Give every line of the material again, exactly as written.

● **SUPPLIED RECORDS**
====

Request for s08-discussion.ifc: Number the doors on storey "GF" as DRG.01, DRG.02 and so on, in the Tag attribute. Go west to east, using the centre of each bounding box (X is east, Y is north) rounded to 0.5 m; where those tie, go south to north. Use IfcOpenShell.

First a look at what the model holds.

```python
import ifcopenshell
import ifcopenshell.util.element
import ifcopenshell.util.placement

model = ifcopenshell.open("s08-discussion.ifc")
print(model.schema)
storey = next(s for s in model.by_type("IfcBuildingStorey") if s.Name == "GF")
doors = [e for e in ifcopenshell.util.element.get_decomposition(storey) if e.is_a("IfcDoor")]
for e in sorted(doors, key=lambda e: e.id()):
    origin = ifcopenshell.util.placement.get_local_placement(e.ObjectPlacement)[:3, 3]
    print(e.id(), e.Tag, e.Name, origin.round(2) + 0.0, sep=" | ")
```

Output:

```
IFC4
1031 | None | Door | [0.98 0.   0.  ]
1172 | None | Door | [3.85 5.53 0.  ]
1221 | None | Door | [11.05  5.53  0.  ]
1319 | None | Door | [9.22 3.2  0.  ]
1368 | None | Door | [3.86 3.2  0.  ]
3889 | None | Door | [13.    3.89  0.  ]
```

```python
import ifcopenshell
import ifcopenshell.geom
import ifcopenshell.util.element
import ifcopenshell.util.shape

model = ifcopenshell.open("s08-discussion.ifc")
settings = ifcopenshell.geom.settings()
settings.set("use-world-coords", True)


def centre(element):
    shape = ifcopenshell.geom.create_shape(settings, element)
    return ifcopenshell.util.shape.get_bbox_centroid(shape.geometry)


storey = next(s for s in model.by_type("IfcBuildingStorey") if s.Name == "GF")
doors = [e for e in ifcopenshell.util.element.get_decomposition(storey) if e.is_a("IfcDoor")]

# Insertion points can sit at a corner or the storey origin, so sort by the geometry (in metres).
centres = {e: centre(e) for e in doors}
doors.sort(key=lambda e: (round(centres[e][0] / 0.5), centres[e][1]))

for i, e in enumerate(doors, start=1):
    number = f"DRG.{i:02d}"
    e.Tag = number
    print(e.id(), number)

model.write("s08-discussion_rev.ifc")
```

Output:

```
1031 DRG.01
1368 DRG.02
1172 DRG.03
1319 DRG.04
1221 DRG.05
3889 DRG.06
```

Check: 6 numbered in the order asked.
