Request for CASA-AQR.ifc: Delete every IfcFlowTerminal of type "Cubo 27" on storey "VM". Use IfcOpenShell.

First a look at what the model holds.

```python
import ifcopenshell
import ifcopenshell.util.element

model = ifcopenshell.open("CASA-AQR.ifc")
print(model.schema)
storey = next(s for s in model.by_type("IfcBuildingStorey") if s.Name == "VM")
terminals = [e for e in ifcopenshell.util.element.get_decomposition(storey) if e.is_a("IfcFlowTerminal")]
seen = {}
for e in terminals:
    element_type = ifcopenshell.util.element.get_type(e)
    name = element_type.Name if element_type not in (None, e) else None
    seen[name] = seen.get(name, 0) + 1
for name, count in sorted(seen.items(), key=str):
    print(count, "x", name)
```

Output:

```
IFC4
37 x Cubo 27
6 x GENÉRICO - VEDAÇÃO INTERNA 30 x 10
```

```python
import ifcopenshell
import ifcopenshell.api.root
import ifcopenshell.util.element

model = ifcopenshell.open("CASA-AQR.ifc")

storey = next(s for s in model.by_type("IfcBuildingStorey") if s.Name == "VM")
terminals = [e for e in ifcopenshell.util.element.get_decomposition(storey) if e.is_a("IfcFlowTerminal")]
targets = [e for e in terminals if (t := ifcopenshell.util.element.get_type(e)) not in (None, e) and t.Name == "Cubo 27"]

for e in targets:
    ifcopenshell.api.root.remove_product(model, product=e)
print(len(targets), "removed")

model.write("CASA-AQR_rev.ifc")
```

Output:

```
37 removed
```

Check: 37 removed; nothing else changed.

====

● **EXPECTED ANSWER**
Request for s08-discussion.ifc: Number the doors on storey "GF" as DRG.01, DRG.02 and so on, in the Tag attribute. Go west to east, using the centre of each bounding box (X is east, Y is north) rounded to 0.5 m; where those tie, go south to north. Use IfcOpenShell.

First a look at what the model holds.

```python
import ifcopenshell
import ifcopenshell.util.element
import ifcopenshell.util.placement

model = ifcopenshell.open("s08-discussion.ifc")
print(model.schema)
storey = next(s for s in model.by_type("IfcBuildingStorey") if s.Name == "GF")
doors = [e for e in ifcopenshell.util.element.get_decomposition(storey) if e.is_a("IfcDoor")]
for e in sorted(doors, key=lambda e: e.id()):
    origin = ifcopenshell.util.placement.get_local_placement(e.ObjectPlacement)[:3, 3]
    print(e.id(), e.Tag, e.Name, origin.round(2) + 0.0, sep=" | ")
```

Output:

```
IFC4
1031 | None | Door | [0.98 0.   0.  ]
1172 | None | Door | [3.85 5.53 0.  ]
1221 | None | Door | [11.05  5.53  0.  ]
1319 | None | Door | [9.22 3.2  0.  ]
1368 | None | Door | [3.86 3.2  0.  ]
3889 | None | Door | [13.    3.89  0.  ]
```

```python
import ifcopenshell
import ifcopenshell.geom
import ifcopenshell.util.element
import ifcopenshell.util.shape

model = ifcopenshell.open("s08-discussion.ifc")
settings = ifcopenshell.geom.settings()
settings.set("use-world-coords", True)


def centre(element):
    shape = ifcopenshell.geom.create_shape(settings, element)
    return ifcopenshell.util.shape.get_bbox_centroid(shape.geometry)


storey = next(s for s in model.by_type("IfcBuildingStorey") if s.Name == "GF")
doors = [e for e in ifcopenshell.util.element.get_decomposition(storey) if e.is_a("IfcDoor")]

# Insertion points can sit at a corner or the storey origin, so sort by the geometry (in metres).
centres = {e: centre(e) for e in doors}
doors.sort(key=lambda e: (round(centres[e][0] / 0.5), centres[e][1]))

for i, e in enumerate(doors, start=1):
    number = f"DRG.{i:02d}"
    e.Tag = number
    print(e.id(), number)

model.write("s08-discussion_rev.ifc")
```

Output:

```
1031 DRG.01
1368 DRG.02
1172 DRG.03
1319 DRG.04
1221 DRG.05
3889 DRG.06
```

Check: 6 numbered in the order asked.
Request for CASA-AQR.ifc: Delete every IfcFlowTerminal of type "Cubo 27" on storey "VM". Use IfcOpenShell.

First a look at what the model holds.

```python
import ifcopenshell
import ifcopenshell.util.element

model = ifcopenshell.open("CASA-AQR.ifc")
print(model.schema)
storey = next(s for s in model.by_type("IfcBuildingStorey") if s.Name == "VM")
terminals = [e for e in ifcopenshell.util.element.get_decomposition(storey) if e.is_a("IfcFlowTerminal")]
seen = {}
for e in terminals:
    element_type = ifcopenshell.util.element.get_type(e)
    name = element_type.Name if element_type not in (None, e) else None
    seen[name] = seen.get(name, 0) + 1
for name, count in sorted(seen.items(), key=str):
    print(count, "x", name)
```

Output:

```
IFC4
37 x Cubo 27
6 x GENÉRICO - VEDAÇÃO INTERNA 30 x 10
```

```python
import ifcopenshell
import ifcopenshell.api.root
import ifcopenshell.util.element

model = ifcopenshell.open("CASA-AQR.ifc")

storey = next(s for s in model.by_type("IfcBuildingStorey") if s.Name == "VM")
terminals = [e for e in ifcopenshell.util.element.get_decomposition(storey) if e.is_a("IfcFlowTerminal")]
targets = [e for e in terminals if (t := ifcopenshell.util.element.get_type(e)) not in (None, e) and t.Name == "Cubo 27"]

for e in targets:
    ifcopenshell.api.root.remove_product(model, product=e)
print(len(targets), "removed")

model.write("CASA-AQR_rev.ifc")
```

Output:

```
37 removed
```

Check: 37 removed; nothing else changed.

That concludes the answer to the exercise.